The Old Academy ruins squatted on the eastern edge of Eredor like a rotting tooth, surrounded by rusted fencing and warning signs that nobody bothered to read. Two centuries of neglect had reduced what had once been a magnificent center of magical learning to a maze of crumbling walls and collapsed towers, all of it shrouded in the kind of creeping vegetation that only grew where magic had soaked into the soil.
"Remind me why we're doing this at night?" Kaelen whispered as he and Lia crept through a gap in the fence.
"Because if the Cult is using the ruins for ritual work, they'll be most active after dark," Lia replied, her hands glowing faintly with blue rune-light to illuminate their path. "Shadow magic is stronger when the sun's down. Basic magical theory."
"Right. Of course." Kaelen's hand rested on Soulrender's hilt. The sword had been unusually quiet since they'd left The Drunk Golem, but he could feel it anticipating something. Like a hunting dog catching a scent. "And if we run into cultists?"
"We observe, gather evidence, and retreat. We're here for reconnaissance, not combat." Lia shot him a pointed look. "Which means no using the sword unless absolutely necessary.

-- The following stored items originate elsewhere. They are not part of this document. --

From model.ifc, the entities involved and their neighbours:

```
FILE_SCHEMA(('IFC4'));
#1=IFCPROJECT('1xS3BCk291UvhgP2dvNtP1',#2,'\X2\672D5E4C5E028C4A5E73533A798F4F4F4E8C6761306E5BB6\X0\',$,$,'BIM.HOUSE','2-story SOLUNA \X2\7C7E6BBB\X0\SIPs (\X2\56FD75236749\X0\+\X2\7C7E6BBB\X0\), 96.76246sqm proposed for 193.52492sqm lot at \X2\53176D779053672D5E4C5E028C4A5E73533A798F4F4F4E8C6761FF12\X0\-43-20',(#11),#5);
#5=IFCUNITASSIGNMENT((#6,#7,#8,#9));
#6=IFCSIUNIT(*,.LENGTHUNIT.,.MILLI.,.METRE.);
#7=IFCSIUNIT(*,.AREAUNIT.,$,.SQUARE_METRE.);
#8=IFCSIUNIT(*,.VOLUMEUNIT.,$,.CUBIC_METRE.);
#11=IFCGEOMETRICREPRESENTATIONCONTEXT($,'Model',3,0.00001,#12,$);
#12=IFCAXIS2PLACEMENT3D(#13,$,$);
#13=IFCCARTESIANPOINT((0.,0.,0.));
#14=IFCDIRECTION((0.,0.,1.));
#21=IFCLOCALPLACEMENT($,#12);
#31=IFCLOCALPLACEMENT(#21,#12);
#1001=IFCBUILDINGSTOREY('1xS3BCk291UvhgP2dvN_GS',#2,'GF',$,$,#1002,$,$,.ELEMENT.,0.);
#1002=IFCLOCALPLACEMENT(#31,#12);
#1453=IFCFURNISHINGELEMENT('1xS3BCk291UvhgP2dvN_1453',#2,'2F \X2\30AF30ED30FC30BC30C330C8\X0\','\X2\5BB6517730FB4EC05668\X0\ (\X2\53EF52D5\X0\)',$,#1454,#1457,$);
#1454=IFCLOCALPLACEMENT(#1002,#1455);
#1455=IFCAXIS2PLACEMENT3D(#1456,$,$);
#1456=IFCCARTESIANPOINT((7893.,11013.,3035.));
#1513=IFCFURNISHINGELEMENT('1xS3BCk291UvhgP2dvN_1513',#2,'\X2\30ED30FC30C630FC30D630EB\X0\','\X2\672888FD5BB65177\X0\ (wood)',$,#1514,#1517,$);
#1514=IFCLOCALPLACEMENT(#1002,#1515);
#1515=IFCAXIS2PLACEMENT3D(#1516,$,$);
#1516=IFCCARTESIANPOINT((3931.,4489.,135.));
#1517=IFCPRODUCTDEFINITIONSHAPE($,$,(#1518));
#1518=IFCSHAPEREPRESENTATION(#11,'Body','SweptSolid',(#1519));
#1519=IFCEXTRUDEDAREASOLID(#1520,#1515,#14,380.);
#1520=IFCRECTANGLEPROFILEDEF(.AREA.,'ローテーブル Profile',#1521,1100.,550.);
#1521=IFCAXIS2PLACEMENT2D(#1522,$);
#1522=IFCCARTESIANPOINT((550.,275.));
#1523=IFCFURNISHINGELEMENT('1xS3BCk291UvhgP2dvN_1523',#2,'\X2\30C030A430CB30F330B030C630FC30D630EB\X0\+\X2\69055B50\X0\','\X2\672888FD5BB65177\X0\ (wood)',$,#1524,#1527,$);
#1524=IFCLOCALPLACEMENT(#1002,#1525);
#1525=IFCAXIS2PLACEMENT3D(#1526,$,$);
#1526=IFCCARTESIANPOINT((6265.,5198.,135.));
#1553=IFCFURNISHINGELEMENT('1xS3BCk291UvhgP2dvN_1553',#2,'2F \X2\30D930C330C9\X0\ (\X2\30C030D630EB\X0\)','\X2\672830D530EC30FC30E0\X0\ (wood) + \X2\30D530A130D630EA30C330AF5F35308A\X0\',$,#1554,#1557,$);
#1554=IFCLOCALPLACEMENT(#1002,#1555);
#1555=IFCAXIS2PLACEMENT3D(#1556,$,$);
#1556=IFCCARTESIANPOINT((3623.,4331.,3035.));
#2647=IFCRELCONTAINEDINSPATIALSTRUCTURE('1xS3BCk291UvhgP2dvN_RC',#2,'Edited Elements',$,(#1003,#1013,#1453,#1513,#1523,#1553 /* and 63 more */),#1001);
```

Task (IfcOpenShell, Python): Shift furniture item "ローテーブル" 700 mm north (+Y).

```python
import ifcopenshell
import ifcopenshell.api.geometry
import ifcopenshell.util.placement

model = ifcopenshell.open("model.ifc")

item = model.by_id(1513)
matrix = ifcopenshell.util.placement.get_local_placement(item.ObjectPlacement)
matrix[1, 3] += 700.0
ifcopenshell.api.geometry.edit_object_placement(model, product=item, matrix=matrix, is_si=False)

print(ifcopenshell.util.placement.get_local_placement(item.ObjectPlacement).round(3) + 0.0)

model.write("model_edited.ifc")
```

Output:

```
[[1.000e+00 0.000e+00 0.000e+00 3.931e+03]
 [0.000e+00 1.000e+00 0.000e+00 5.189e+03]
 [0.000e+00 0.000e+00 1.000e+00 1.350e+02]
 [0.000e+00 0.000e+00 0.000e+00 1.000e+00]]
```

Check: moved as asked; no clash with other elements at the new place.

Every time you draw on its power—"
"I get more Shadow Scars. I know." Kaelen had checked his arm before they left. The marks had darkened since the morning's training, permanent reminders of the price he'd already paid. "I'll be careful."
They moved deeper into the ruins, following a path that Lia had marked on her map. The buildings here had once been dormitories and lecture halls, but now they were hollow shells filled with debris and the nests of things that preferred darkness. Somewhere in the distance, something howled—not quite animal, not quite human.
"What was that?" Kaelen asked.
"Probably a corruption beast. Residual magic sometimes coalesces into semi-sentient entities." Lia's tone was disturbingly casual. "They're usually harmless unless provoked. Usually."
"You have a very unsettling definition of 'usually.'"
They reached what had been the academy's central courtyard, now overgrown with twisted trees that grew in unnatural spirals. At the courtyard's center stood a statue—or what remained of one. The lower half showed a robed figure holding a book, but the upper half had been sheared away, likely during whatever disaster had destroyed the academy.
Lia knelt beside the statue's base, running her fingers over inscriptions that glowed faintly at her touch. "The Star Core node should be directly beneath this courtyard. There." She pointed to what looked like a collapsed section of floor near the ruined statue. "That's probably a sinkhole that formed over the old access tunnel."
"Access tunnel to what, exactly?"
"The node chamber. The academy would have built their most powerful experiments and rituals around direct access to the Star Core's energy." Lia stood, brushing dirt from her knees. "If the Cult knows about this place, that's where they'll be working."
Kaelen peered into the sinkhole. Stone steps descended into darkness, cracked and dangerous-looking but still intact. The air rising from below was cold and smelled of old stone and something else—something that made his skin prickle.
Soulrender stirred at his hip, suddenly alert.
*Down there*, the sword whispered. *Power. So much power. Delicious, intoxicating, *ours* for the taking.*
"The sword's reacting," Kaelen said quietly. "It wants to go down there."
"Of course it does. Star Core energy would be like a feast to a Forbidden Blade." Lia created a small runelight, a sphere of blue illumination that floated above her palm. "All the more reason to be careful. If the sword starts influencing you—"
"I'll tell you. Promise." Kaelen drew a deep breath and started down the steps. "Let's get this over with."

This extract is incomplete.